Em passos apressados, Enrico continuou andando. Um de seus subordinados o cumprimentou, mas ele o ignorou. Estava com receio de que o nó se formando em sua garganta ficasse aparente em sua voz, afinal, seria o futuro Capo, precisava manter a postura.
Dentro do carro, ele tirou o blazer e afrouxou o colarinho, sentia a raiva sufocá-lo. Sentia-se estúpido por ter sido enganado por um rabo de saia.
— Ela vai ter o que merece! — Desferiu um soco contra o volante. — Isso não vai ficar assim! — Outro soco. Depois outro, e mais outro.

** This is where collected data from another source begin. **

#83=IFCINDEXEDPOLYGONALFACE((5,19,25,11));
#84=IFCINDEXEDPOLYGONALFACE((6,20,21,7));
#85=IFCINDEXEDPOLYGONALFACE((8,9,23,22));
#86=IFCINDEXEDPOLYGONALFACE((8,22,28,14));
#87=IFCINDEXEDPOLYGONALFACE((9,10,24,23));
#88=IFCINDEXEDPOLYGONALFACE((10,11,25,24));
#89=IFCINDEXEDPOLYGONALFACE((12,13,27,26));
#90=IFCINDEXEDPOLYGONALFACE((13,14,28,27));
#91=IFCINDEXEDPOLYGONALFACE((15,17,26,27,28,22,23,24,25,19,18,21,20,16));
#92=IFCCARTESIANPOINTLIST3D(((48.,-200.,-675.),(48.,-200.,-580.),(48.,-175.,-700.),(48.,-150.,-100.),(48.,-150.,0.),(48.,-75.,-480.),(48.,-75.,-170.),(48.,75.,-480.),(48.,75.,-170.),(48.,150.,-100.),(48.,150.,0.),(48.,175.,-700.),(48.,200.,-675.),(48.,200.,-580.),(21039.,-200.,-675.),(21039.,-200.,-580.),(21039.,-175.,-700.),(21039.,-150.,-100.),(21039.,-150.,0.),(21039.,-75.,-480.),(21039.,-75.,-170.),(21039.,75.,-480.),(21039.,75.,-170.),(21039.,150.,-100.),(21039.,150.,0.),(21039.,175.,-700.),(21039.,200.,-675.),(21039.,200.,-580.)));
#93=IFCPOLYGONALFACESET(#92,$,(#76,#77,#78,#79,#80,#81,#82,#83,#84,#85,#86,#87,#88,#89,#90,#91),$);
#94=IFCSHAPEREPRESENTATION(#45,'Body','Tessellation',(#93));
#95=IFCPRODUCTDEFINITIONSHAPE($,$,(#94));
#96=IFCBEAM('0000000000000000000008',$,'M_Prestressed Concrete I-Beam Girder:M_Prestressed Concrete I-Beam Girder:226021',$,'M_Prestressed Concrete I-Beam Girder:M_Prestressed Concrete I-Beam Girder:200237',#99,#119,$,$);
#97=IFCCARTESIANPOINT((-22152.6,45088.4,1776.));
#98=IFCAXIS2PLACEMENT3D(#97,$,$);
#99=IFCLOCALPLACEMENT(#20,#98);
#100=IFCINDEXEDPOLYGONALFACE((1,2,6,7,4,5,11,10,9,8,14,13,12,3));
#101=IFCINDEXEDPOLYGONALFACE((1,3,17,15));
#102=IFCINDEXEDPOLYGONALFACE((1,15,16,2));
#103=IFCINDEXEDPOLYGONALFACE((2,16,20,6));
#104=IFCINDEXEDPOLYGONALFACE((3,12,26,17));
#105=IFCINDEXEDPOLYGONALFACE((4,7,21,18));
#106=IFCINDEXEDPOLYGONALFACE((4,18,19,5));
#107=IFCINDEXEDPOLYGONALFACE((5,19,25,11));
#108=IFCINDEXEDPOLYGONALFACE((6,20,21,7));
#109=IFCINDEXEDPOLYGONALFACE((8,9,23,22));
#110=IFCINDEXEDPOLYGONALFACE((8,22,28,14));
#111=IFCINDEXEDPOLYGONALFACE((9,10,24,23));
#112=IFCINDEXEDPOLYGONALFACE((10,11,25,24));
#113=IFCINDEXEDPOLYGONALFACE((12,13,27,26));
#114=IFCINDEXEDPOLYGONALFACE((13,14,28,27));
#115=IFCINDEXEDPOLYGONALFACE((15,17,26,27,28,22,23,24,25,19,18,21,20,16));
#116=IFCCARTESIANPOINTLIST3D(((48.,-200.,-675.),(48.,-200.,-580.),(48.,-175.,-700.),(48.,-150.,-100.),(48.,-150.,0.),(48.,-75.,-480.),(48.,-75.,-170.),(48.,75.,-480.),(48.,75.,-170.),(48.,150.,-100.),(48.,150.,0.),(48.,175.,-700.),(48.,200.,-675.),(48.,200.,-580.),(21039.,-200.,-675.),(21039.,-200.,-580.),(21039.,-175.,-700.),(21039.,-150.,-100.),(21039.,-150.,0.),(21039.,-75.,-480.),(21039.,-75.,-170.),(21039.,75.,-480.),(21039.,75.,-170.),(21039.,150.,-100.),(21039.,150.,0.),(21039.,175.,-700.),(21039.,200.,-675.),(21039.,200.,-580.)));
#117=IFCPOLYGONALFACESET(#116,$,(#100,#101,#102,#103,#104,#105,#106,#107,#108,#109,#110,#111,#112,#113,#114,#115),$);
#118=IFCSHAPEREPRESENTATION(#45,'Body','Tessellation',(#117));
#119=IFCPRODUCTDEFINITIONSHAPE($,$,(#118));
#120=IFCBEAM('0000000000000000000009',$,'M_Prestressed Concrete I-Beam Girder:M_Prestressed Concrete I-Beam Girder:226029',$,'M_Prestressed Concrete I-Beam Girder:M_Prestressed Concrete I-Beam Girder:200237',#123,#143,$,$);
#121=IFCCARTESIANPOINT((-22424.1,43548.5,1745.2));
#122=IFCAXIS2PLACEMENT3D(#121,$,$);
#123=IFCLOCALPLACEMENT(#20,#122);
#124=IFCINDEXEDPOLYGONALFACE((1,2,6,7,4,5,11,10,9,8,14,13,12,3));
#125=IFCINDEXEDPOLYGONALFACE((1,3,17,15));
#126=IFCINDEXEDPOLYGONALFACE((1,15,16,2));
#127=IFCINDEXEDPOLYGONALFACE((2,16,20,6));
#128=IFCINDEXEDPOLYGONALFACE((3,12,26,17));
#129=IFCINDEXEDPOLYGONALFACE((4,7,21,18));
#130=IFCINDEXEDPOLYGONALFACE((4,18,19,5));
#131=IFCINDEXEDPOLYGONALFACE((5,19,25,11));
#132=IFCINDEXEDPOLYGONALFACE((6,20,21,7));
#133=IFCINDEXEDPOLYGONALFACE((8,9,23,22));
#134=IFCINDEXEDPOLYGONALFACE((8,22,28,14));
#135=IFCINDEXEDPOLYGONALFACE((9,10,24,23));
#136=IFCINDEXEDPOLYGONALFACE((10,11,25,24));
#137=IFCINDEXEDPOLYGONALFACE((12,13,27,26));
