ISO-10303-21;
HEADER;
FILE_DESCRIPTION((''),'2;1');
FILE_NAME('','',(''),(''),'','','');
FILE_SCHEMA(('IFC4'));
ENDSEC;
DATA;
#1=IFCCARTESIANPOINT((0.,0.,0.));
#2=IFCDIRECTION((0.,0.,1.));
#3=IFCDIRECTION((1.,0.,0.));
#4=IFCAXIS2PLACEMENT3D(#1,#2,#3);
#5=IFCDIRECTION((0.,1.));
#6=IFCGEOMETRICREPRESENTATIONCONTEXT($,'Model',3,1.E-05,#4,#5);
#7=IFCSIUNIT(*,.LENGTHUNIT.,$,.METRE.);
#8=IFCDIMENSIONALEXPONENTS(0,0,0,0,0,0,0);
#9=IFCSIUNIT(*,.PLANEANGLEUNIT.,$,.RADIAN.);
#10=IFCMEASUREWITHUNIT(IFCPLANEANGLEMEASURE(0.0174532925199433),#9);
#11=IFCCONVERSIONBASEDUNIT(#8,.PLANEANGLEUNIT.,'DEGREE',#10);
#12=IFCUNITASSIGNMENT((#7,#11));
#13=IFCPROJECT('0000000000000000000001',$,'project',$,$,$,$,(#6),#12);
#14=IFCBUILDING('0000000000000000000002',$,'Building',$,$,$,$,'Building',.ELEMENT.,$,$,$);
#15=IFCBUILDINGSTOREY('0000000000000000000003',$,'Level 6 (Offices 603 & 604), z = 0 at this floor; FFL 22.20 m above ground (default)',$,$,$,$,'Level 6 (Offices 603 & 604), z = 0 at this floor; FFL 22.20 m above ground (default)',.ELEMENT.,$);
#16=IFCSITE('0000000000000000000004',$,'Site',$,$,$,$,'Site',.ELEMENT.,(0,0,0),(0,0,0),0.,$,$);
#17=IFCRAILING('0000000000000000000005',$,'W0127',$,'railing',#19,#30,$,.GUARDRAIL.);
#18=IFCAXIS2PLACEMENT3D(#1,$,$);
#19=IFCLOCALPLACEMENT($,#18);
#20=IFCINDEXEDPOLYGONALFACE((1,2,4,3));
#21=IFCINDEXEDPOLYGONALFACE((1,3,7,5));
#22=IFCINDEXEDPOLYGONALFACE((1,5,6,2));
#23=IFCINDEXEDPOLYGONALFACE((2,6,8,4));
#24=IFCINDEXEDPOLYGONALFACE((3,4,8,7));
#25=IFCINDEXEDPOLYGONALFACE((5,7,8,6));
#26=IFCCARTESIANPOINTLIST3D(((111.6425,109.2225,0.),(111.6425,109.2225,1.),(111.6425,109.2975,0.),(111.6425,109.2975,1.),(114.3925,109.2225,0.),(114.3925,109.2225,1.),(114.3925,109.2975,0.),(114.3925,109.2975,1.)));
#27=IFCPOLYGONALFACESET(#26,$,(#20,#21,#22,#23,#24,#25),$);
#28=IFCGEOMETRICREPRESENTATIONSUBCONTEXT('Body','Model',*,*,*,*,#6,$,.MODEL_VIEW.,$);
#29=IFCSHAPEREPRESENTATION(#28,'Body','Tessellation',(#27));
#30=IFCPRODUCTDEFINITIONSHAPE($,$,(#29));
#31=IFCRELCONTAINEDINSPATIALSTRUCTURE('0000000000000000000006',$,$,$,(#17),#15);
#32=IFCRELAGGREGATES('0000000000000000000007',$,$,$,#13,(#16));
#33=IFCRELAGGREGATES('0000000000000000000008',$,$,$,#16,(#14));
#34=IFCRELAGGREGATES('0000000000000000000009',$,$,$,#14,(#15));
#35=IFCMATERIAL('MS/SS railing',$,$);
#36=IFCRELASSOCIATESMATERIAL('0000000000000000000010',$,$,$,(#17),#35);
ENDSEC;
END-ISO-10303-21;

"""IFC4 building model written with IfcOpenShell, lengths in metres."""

from ifc_helpers import new_model, entity, si_unit, converted_unit, direction, frame, frame_2d, origin_with_axes, place, context, subcontext, project, spatial, rectangle, extrude, material, element, save


model = new_model("IFC4")

# Units and contexts
model_context = context("Model", 3, precision=1e-05, world=origin_with_axes(), true_north=direction((0.0, 1.0)))
body_context = subcontext(model_context, "Body", "Model", "MODEL_VIEW")
ifc_project = project(units=[si_unit("LENGTHUNIT", "METRE"), converted_unit("PLANEANGLEUNIT", "DEGREE", entity("IfcPlaneAngleMeasure", 0.0174532925199433), si_unit("PLANEANGLEUNIT", "RADIAN"), dimensions=[0, 0, 0, 0, 0, 0, 0])], contexts=[model_context])

# Site, building, storey
site = spatial("IfcSite", under=ifc_project, Name="Site", LongName="Site", CompositionType="ELEMENT", RefLatitude=(0, 0, 0), RefLongitude=(0, 0, 0), RefElevation=0.0)
building = spatial("IfcBuilding", under=site, Name="Building", LongName="Building", CompositionType="ELEMENT")
storey = spatial("IfcBuildingStorey", under=building, Name="Level 6 (Offices 603 & 604), z = 0 at this floor; FFL 22.20 m above ground (default)", LongName="Level 6 (Offices 603 & 604), z = 0 at this floor; FFL 22.20 m above ground (default)", CompositionType="ELEMENT")

# Shared definitions
placement = place(None, origin_with_axes())

# Railing
ifc_material_1 = material(Name="MS/SS railing")
element("IfcRailing", 1, at=placement, inside=storey, material=ifc_material_1, Name="W0127", ObjectType="railing", PredefinedType="GUARDRAIL", context=body_context, shape_type="SweptSolid", body=[
    extrude(rectangle(XDim=2.75, YDim=0.075, at=frame_2d((0.0, 0.0), x_axis=(1.0, 0.0))), frame((113.0175, 109.26, 0.0), z_axis=(0.0, 0.0, 1.0), x_axis=(1.0, 0.0, 0.0)), (0.0, 0.0, 1.0), 1.0),
])

save(model, "model.ifc")
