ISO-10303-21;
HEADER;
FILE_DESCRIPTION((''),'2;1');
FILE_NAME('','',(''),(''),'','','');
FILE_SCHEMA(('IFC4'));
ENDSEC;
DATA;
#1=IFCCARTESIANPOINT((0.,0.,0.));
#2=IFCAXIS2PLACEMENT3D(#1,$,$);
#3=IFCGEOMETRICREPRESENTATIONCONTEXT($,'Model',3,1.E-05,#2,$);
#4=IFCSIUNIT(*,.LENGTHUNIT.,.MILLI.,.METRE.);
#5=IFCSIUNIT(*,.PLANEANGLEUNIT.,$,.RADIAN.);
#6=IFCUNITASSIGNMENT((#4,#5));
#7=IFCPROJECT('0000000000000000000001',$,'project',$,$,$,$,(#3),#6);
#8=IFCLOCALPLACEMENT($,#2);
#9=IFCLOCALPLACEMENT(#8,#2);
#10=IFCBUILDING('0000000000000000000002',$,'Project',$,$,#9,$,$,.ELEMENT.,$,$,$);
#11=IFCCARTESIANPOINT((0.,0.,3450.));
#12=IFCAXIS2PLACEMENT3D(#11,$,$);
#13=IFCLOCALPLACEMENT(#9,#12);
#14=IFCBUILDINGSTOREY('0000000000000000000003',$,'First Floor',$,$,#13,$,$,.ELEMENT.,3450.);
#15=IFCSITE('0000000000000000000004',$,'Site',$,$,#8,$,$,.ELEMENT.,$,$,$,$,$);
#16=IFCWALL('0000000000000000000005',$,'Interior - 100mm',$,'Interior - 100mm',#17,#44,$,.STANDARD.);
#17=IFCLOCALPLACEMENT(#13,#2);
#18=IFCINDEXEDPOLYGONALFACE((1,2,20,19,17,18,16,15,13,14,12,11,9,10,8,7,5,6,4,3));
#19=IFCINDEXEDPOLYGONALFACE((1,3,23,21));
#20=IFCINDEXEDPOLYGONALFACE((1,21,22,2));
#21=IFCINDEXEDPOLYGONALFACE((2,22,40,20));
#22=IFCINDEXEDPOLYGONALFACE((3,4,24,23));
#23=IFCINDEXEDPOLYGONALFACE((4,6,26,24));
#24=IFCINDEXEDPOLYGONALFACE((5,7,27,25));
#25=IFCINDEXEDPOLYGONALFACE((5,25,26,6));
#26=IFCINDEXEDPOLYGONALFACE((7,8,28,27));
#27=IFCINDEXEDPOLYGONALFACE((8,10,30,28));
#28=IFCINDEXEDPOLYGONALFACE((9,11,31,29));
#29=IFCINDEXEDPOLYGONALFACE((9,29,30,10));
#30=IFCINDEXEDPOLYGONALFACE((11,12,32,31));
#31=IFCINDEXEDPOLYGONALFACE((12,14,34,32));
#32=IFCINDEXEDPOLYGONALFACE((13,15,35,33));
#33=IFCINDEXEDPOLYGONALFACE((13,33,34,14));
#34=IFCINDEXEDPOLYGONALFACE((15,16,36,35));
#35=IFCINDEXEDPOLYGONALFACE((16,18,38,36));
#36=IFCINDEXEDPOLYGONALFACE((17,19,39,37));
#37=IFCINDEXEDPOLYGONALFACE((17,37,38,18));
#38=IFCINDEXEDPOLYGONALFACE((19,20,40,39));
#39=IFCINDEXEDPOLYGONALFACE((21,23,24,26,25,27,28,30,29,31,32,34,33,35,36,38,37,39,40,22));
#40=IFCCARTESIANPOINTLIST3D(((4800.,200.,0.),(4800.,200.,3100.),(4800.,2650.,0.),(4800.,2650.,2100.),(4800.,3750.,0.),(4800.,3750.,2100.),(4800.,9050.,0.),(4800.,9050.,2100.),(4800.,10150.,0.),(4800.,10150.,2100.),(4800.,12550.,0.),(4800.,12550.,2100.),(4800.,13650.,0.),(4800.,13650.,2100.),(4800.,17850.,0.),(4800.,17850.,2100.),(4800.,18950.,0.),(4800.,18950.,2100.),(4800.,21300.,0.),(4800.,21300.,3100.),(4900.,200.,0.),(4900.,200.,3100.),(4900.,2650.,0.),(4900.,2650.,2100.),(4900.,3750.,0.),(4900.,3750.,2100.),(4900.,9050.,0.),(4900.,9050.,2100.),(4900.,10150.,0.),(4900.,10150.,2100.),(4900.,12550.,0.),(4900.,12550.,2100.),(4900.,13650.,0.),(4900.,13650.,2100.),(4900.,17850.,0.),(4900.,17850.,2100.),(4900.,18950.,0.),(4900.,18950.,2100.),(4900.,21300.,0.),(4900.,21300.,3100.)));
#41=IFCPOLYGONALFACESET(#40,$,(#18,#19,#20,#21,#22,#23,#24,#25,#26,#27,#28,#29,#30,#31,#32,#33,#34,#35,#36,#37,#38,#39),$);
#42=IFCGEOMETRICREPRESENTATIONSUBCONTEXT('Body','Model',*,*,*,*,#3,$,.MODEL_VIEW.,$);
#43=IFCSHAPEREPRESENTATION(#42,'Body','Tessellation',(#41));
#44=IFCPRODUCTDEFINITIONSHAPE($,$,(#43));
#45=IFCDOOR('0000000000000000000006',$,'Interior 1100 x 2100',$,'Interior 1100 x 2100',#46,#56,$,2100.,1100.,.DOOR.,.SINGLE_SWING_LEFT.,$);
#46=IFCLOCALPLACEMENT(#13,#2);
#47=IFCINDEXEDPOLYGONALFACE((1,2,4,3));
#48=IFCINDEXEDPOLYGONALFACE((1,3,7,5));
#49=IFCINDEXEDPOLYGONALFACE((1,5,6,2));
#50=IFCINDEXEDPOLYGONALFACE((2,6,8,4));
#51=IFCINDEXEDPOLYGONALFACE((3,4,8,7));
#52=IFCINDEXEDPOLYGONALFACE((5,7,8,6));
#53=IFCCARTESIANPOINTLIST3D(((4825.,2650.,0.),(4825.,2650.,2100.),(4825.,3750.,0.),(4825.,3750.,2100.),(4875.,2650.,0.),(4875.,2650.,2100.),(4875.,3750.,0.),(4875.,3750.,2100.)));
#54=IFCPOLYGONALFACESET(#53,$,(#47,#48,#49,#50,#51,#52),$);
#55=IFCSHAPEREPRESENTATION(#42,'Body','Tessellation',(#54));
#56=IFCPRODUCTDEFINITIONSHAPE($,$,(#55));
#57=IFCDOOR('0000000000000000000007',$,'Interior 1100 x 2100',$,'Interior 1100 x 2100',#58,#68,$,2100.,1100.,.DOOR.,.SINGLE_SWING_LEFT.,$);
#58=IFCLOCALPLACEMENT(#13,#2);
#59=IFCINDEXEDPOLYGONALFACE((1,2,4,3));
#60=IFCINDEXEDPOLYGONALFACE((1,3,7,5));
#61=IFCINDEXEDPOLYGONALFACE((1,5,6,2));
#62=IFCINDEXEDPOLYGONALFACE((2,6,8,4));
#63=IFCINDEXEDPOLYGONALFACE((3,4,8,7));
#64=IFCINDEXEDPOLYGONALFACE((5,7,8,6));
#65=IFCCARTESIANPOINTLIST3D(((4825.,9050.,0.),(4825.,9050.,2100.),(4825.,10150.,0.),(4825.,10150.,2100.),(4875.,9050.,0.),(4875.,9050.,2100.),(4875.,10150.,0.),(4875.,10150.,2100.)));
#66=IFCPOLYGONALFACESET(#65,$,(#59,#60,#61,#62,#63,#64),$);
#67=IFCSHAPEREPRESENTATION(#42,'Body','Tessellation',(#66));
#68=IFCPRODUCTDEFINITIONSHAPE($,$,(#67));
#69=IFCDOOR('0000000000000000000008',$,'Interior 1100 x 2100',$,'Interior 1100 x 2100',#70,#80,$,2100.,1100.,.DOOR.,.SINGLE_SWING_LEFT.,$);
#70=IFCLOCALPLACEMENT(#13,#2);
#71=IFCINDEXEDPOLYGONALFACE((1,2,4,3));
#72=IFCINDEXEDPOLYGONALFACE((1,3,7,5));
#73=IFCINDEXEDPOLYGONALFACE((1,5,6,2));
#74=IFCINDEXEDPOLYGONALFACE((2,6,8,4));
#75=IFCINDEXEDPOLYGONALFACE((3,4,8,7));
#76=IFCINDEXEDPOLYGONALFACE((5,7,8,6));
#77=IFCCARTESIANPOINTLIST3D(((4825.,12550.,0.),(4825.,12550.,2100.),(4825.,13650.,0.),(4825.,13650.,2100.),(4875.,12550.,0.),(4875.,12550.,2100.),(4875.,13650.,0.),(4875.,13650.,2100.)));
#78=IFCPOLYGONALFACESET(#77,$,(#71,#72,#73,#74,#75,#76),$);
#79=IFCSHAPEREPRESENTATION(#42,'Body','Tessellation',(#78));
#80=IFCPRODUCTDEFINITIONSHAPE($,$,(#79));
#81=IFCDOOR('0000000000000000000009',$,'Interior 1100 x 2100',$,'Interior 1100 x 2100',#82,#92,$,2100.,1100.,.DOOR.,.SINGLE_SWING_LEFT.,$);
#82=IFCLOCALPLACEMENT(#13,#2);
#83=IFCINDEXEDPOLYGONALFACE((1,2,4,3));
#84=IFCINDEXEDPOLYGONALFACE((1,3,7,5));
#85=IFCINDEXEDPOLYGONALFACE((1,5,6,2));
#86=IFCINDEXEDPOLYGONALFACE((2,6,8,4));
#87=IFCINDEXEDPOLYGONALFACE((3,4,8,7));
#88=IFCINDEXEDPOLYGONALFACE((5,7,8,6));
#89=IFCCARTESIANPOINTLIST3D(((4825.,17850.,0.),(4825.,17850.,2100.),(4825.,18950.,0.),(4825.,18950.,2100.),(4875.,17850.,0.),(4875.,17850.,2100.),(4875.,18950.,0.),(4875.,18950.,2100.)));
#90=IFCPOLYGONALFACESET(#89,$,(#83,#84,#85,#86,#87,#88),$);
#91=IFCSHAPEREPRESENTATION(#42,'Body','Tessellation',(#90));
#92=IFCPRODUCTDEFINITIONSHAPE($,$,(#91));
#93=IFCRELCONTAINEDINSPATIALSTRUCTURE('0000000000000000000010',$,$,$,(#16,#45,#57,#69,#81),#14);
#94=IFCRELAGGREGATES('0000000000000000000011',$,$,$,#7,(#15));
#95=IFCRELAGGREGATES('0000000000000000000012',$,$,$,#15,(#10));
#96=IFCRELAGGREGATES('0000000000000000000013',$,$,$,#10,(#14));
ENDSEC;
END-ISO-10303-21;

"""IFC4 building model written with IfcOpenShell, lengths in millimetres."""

from ifc_helpers import new_model, si_unit, frame, frame_2d, origin, place, context, subcontext, project, spatial, polyline, rectangle, outline, extrude, element, fill, save


model = new_model("IFC4")

# Units and contexts
model_context = context("Model", 3, precision=1e-05, world=origin())
body_context = subcontext(model_context, "Body", "Model", "MODEL_VIEW")
ifc_project = project(units=[si_unit("LENGTHUNIT", "METRE", prefix="MILLI"), si_unit("PLANEANGLEUNIT", "RADIAN")], contexts=[model_context])

# Site, building, storey
site_placement = place(None, origin())
site = spatial("IfcSite", under=ifc_project, at=site_placement, Name="Site", CompositionType="ELEMENT")
building_placement = place(site_placement, origin())
building = spatial("IfcBuilding", under=site, at=building_placement, Name="Project", CompositionType="ELEMENT")
storey_placement = place(building_placement, frame((0.0, 0.0, 3450.0)))
storey = spatial("IfcBuildingStorey", under=building, at=storey_placement, Name="First Floor", CompositionType="ELEMENT", Elevation=3450.0)

# Wall, openings, doors
wall_1_placement = place(storey_placement, frame((4850.0, 200.0, 0.0), z_axis=(0.0, 0.0, 1.0), x_axis=(0.0, 1.0, 0.0)))
wall_1 = element("IfcWall", 1, at=wall_1_placement, inside=storey, Name="Interior - 100mm", ObjectType="Interior - 100mm", PredefinedType="STANDARD", context=body_context, shape_type="SweptSolid", body=[
    extrude(outline(polyline([(0.0, -50.0), (0.0, 50.0), (21100.0, 50.0), (21100.0, -50.0), (0.0, -50.0)])), origin(), (0.0, 0.0, 1.0), 3100.0),
])
opening_1_placement = place(wall_1_placement, frame((2450.0, 0.0, 0.0), z_axis=(0.0, 0.0, 1.0), x_axis=(1.0, 0.0, 0.0)))
opening_1 = element("IfcOpeningElement", 2, at=opening_1_placement, cuts=wall_1, PredefinedType="OPENING", context=body_context, shape_type="SweptSolid", body=[
    extrude(rectangle(XDim=1100.0, YDim=120.0, at=frame_2d((550.0, 0.0))), origin(), (0.0, 0.0, 1.0), 2100.0),
])
opening_2_placement = place(wall_1_placement, frame((8850.0, 0.0, 0.0), z_axis=(0.0, 0.0, 1.0), x_axis=(1.0, 0.0, 0.0)))
opening_2 = element("IfcOpeningElement", 3, at=opening_2_placement, cuts=wall_1, PredefinedType="OPENING", context=body_context, shape_type="SweptSolid", body=[
    extrude(rectangle(XDim=1100.0, YDim=120.0, at=frame_2d((550.0, 0.0))), origin(), (0.0, 0.0, 1.0), 2100.0),
])
opening_3_placement = place(wall_1_placement, frame((12350.0, 0.0, 0.0), z_axis=(0.0, 0.0, 1.0), x_axis=(1.0, 0.0, 0.0)))
opening_3 = element("IfcOpeningElement", 4, at=opening_3_placement, cuts=wall_1, PredefinedType="OPENING", context=body_context, shape_type="SweptSolid", body=[
    extrude(rectangle(XDim=1100.0, YDim=120.0, at=frame_2d((550.0, 0.0))), origin(), (0.0, 0.0, 1.0), 2100.0),
])
opening_4_placement = place(wall_1_placement, frame((17650.0, 0.0, 0.0), z_axis=(0.0, 0.0, 1.0), x_axis=(1.0, 0.0, 0.0)))
opening_4 = element("IfcOpeningElement", 5, at=opening_4_placement, cuts=wall_1, PredefinedType="OPENING", context=body_context, shape_type="SweptSolid", body=[
    extrude(rectangle(XDim=1100.0, YDim=120.0, at=frame_2d((550.0, 0.0))), origin(), (0.0, 0.0, 1.0), 2100.0),
])
door_1_placement = place(opening_1_placement, origin())
door_1 = element("IfcDoor", 6, at=door_1_placement, inside=storey, Name="Interior 1100 x 2100", ObjectType="Interior 1100 x 2100", OperationType="SINGLE_SWING_LEFT", OverallHeight=2100.0, OverallWidth=1100.0, PredefinedType="DOOR", context=body_context, shape_type="SweptSolid", body=[
    extrude(rectangle(XDim=1100.0, YDim=50.0, at=frame_2d((550.0, 0.0))), origin(), (0.0, 0.0, 1.0), 2100.0),
])
fill(opening_1, door_1)
door_2_placement = place(opening_2_placement, origin())
door_2 = element("IfcDoor", 7, at=door_2_placement, inside=storey, Name="Interior 1100 x 2100", ObjectType="Interior 1100 x 2100", OperationType="SINGLE_SWING_LEFT", OverallHeight=2100.0, OverallWidth=1100.0, PredefinedType="DOOR", context=body_context, shape_type="SweptSolid", body=[
    extrude(rectangle(XDim=1100.0, YDim=50.0, at=frame_2d((550.0, 0.0))), origin(), (0.0, 0.0, 1.0), 2100.0),
])
fill(opening_2, door_2)
door_3_placement = place(opening_3_placement, origin())
door_3 = element("IfcDoor", 8, at=door_3_placement, inside=storey, Name="Interior 1100 x 2100", ObjectType="Interior 1100 x 2100", OperationType="SINGLE_SWING_LEFT", OverallHeight=2100.0, OverallWidth=1100.0, PredefinedType="DOOR", context=body_context, shape_type="SweptSolid", body=[
    extrude(rectangle(XDim=1100.0, YDim=50.0, at=frame_2d((550.0, 0.0))), origin(), (0.0, 0.0, 1.0), 2100.0),
])
fill(opening_3, door_3)
door_4_placement = place(opening_4_placement, origin())
door_4 = element("IfcDoor", 9, at=door_4_placement, inside=storey, Name="Interior 1100 x 2100", ObjectType="Interior 1100 x 2100", OperationType="SINGLE_SWING_LEFT", OverallHeight=2100.0, OverallWidth=1100.0, PredefinedType="DOOR", context=body_context, shape_type="SweptSolid", body=[
    extrude(rectangle(XDim=1100.0, YDim=50.0, at=frame_2d((550.0, 0.0))), origin(), (0.0, 0.0, 1.0), 2100.0),
])
fill(opening_4, door_4)

save(model, "model.ifc")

O carro deslizava tão rápido pela pista, que as árvores que ladeavam a estrada mais pareciam borrões vistas de dentro do automóvel. Enrico baixou os vidros, permitindo que o ar gelado condensasse sua respiração irregular, o vento frio açoitou o seu rosto. A voz do tio ainda reverberava em sua mente, as informações colhidas, junto com a moeda e o pendrive, confirmavam o que Enrico tinha tanto medo de admitir para si mesmo: ele estava errado sobre a própria esposa. A mulher que ele amava era uma farsa, mas Enrico estava cansado daquele casamento falso, estava na hora de dar uma lição na mulher que o enfeitiçou com os seus encantos.
O céu estava rosado quando Enrico saiu do carro, ele ergueu levemente a cabeça e acenou para os dois seguranças que vigiavam a entrada da propriedade.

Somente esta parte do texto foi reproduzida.